_What you have to do:_ Some entries follow. Reproduce exactly the lines starting at the one with "#192=IFCINDEXEDPOLYGONALFACE((16,18,39,37));" and stopping after the one with "#203=IFCINDEXEDPOLYGONALFACE((2,4,8,6));".

[Collected data entries]
-----
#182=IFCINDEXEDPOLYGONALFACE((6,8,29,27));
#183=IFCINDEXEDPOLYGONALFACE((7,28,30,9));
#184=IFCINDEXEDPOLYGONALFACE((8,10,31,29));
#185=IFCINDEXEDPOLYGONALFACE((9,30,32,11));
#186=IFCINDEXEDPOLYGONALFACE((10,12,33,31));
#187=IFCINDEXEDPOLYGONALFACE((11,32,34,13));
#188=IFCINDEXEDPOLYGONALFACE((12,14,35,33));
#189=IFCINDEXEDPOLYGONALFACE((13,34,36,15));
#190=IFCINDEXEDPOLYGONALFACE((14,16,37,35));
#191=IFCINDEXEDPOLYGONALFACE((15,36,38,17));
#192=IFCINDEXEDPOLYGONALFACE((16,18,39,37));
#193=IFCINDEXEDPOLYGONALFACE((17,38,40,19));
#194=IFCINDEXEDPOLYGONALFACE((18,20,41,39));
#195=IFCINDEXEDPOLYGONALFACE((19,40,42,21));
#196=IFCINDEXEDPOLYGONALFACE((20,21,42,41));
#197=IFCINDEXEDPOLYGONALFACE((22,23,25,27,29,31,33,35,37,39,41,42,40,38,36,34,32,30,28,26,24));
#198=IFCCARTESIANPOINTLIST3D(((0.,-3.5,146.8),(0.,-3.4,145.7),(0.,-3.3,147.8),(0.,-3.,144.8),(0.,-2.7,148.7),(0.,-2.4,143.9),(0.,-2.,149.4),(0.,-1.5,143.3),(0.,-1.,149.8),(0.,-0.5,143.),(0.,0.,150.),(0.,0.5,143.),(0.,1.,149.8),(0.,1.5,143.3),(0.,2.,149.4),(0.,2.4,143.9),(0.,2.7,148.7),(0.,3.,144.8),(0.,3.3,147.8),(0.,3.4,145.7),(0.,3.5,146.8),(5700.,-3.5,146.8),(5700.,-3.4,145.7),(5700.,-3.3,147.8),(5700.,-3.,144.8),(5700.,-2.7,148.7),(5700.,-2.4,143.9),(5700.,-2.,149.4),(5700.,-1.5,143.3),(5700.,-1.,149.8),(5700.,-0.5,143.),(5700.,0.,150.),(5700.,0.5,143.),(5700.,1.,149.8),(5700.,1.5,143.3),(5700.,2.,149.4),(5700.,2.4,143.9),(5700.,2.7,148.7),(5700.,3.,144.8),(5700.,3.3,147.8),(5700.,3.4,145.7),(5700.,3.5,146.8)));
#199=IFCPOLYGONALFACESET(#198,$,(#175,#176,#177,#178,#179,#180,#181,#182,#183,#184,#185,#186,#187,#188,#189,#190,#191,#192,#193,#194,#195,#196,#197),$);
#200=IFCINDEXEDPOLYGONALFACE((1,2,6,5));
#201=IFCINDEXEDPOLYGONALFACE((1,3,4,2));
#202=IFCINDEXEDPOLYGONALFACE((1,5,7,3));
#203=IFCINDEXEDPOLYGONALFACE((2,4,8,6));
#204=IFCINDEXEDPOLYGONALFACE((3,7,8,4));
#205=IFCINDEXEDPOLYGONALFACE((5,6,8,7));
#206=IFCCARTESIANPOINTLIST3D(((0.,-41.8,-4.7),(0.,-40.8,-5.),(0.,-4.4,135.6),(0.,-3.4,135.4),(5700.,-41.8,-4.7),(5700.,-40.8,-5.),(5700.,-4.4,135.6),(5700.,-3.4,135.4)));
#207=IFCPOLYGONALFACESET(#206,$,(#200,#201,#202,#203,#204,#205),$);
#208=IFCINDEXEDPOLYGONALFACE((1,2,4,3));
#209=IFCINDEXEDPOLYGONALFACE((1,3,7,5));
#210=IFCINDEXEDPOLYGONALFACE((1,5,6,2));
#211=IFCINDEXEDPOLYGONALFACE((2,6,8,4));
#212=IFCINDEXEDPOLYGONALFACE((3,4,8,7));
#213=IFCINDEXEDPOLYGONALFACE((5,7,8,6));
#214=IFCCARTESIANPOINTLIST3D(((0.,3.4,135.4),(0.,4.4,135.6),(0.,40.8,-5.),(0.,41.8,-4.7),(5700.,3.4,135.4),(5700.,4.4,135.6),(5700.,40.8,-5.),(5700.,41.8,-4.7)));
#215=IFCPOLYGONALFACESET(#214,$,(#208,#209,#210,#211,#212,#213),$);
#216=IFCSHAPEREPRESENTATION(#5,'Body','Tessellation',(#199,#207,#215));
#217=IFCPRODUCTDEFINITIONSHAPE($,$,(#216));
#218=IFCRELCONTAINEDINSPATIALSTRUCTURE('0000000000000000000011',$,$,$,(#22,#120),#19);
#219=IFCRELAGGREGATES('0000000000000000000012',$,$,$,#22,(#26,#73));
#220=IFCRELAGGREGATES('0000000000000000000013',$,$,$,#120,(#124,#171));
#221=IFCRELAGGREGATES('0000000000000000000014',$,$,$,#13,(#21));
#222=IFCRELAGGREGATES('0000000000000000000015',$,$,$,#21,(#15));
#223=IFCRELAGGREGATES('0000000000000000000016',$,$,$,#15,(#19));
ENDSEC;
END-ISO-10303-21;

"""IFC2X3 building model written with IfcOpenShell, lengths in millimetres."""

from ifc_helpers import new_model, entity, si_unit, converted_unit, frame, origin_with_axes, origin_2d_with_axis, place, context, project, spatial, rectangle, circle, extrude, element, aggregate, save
-----
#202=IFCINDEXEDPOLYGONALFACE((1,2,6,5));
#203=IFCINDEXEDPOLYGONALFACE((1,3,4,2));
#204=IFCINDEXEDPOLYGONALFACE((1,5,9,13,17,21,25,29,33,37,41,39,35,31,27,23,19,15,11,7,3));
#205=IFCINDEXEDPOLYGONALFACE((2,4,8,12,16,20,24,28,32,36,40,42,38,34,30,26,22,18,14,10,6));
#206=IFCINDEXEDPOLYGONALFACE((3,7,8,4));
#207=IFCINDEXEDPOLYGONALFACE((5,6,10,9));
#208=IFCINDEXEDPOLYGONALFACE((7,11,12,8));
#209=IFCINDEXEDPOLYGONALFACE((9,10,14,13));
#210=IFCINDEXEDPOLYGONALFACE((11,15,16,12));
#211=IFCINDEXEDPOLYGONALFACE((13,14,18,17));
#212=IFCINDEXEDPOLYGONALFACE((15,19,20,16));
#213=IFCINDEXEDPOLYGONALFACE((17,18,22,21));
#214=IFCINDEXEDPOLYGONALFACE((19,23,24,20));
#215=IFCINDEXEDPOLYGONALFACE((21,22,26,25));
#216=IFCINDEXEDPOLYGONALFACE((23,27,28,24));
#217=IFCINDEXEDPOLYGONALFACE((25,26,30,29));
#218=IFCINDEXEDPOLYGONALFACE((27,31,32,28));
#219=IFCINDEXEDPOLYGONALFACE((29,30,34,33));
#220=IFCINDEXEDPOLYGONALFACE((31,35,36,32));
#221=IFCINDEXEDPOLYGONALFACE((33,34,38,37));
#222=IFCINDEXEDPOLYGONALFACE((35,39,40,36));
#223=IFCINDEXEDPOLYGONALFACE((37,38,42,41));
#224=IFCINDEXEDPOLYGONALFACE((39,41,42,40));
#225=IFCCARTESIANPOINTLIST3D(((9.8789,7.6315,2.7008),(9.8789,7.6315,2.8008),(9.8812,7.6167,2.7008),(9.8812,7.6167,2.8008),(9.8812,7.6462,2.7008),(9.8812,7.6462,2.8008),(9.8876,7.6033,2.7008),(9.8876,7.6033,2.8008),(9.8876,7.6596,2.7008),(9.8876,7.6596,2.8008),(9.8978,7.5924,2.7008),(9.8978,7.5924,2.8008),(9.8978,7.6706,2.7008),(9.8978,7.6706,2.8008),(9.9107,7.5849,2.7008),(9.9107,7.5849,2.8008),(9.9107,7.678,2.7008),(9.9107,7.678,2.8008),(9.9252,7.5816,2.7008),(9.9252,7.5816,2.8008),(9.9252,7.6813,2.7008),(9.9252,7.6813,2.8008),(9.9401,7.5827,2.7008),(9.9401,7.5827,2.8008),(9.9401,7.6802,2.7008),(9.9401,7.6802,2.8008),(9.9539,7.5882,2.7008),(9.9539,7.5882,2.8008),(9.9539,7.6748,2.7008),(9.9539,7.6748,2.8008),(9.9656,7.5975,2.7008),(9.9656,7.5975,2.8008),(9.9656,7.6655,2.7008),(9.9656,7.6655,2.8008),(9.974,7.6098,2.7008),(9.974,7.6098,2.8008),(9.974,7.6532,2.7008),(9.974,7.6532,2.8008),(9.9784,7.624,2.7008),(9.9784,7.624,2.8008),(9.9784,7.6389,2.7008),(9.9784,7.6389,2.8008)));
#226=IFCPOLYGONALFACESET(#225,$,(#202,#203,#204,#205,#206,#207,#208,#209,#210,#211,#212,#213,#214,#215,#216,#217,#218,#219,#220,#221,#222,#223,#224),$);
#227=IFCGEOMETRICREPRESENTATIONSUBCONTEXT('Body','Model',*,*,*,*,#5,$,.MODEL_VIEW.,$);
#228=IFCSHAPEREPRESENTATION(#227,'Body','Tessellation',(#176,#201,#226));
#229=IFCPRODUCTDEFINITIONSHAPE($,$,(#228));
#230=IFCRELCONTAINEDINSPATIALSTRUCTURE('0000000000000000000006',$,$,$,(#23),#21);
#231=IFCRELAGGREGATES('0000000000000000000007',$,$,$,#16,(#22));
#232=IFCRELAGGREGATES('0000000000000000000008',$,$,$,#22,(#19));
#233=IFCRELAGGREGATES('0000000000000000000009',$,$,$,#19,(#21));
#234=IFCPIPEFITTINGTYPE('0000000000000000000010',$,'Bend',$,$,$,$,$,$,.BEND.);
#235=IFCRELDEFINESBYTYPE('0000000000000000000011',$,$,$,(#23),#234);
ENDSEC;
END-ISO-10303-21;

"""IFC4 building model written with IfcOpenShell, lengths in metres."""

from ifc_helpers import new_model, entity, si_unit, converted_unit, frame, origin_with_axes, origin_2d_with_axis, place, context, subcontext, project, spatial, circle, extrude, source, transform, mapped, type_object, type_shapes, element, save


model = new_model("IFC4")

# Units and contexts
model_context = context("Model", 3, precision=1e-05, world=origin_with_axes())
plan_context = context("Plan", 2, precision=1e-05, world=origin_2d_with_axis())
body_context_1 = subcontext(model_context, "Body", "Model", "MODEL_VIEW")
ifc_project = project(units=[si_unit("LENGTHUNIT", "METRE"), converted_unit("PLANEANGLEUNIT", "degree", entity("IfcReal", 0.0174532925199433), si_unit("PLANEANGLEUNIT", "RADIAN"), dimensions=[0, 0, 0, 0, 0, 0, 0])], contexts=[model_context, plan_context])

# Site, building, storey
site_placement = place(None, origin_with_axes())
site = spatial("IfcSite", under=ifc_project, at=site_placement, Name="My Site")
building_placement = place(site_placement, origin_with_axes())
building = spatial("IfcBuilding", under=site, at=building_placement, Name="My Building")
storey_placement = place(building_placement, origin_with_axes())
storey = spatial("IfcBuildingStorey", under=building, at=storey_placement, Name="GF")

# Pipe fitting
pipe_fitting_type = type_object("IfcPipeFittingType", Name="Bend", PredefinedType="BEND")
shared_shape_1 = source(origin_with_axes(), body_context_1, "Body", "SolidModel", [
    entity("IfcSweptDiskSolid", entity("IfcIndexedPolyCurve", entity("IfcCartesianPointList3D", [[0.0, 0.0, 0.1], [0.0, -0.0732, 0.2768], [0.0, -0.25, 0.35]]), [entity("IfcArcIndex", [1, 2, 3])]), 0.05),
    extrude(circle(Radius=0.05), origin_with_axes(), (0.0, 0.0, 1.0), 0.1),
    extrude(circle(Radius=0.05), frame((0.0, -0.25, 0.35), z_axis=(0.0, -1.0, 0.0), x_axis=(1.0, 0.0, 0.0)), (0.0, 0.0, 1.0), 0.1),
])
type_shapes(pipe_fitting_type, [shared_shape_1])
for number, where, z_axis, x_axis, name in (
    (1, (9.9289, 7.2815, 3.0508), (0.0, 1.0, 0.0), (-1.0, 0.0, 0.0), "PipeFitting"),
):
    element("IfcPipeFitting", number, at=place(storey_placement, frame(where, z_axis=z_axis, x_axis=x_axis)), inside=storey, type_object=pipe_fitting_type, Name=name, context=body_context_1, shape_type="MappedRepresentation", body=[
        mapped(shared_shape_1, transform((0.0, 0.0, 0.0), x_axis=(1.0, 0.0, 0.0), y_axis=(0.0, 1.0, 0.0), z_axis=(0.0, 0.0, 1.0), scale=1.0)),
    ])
-----
_Exercise response:_
#192=IFCINDEXEDPOLYGONALFACE((16,18,39,37));
#193=IFCINDEXEDPOLYGONALFACE((17,38,40,19));
#194=IFCINDEXEDPOLYGONALFACE((18,20,41,39));
#195=IFCINDEXEDPOLYGONALFACE((19,40,42,21));
#196=IFCINDEXEDPOLYGONALFACE((20,21,42,41));
#197=IFCINDEXEDPOLYGONALFACE((22,23,25,27,29,31,33,35,37,39,41,42,40,38,36,34,32,30,28,26,24));
#198=IFCCARTESIANPOINTLIST3D(((0.,-3.5,146.8),(0.,-3.4,145.7),(0.,-3.3,147.8),(0.,-3.,144.8),(0.,-2.7,148.7),(0.,-2.4,143.9),(0.,-2.,149.4),(0.,-1.5,143.3),(0.,-1.,149.8),(0.,-0.5,143.),(0.,0.,150.),(0.,0.5,143.),(0.,1.,149.8),(0.,1.5,143.3),(0.,2.,149.4),(0.,2.4,143.9),(0.,2.7,148.7),(0.,3.,144.8),(0.,3.3,147.8),(0.,3.4,145.7),(0.,3.5,146.8),(5700.,-3.5,146.8),(5700.,-3.4,145.7),(5700.,-3.3,147.8),(5700.,-3.,144.8),(5700.,-2.7,148.7),(5700.,-2.4,143.9),(5700.,-2.,149.4),(5700.,-1.5,143.3),(5700.,-1.,149.8),(5700.,-0.5,143.),(5700.,0.,150.),(5700.,0.5,143.),(5700.,1.,149.8),(5700.,1.5,143.3),(5700.,2.,149.4),(5700.,2.4,143.9),(5700.,2.7,148.7),(5700.,3.,144.8),(5700.,3.3,147.8),(5700.,3.4,145.7),(5700.,3.5,146.8)));
#199=IFCPOLYGONALFACESET(#198,$,(#175,#176,#177,#178,#179,#180,#181,#182,#183,#184,#185,#186,#187,#188,#189,#190,#191,#192,#193,#194,#195,#196,#197),$);
#200=IFCINDEXEDPOLYGONALFACE((1,2,6,5));
#201=IFCINDEXEDPOLYGONALFACE((1,3,4,2));
#202=IFCINDEXEDPOLYGONALFACE((1,5,7,3));
#203=IFCINDEXEDPOLYGONALFACE((2,4,8,6));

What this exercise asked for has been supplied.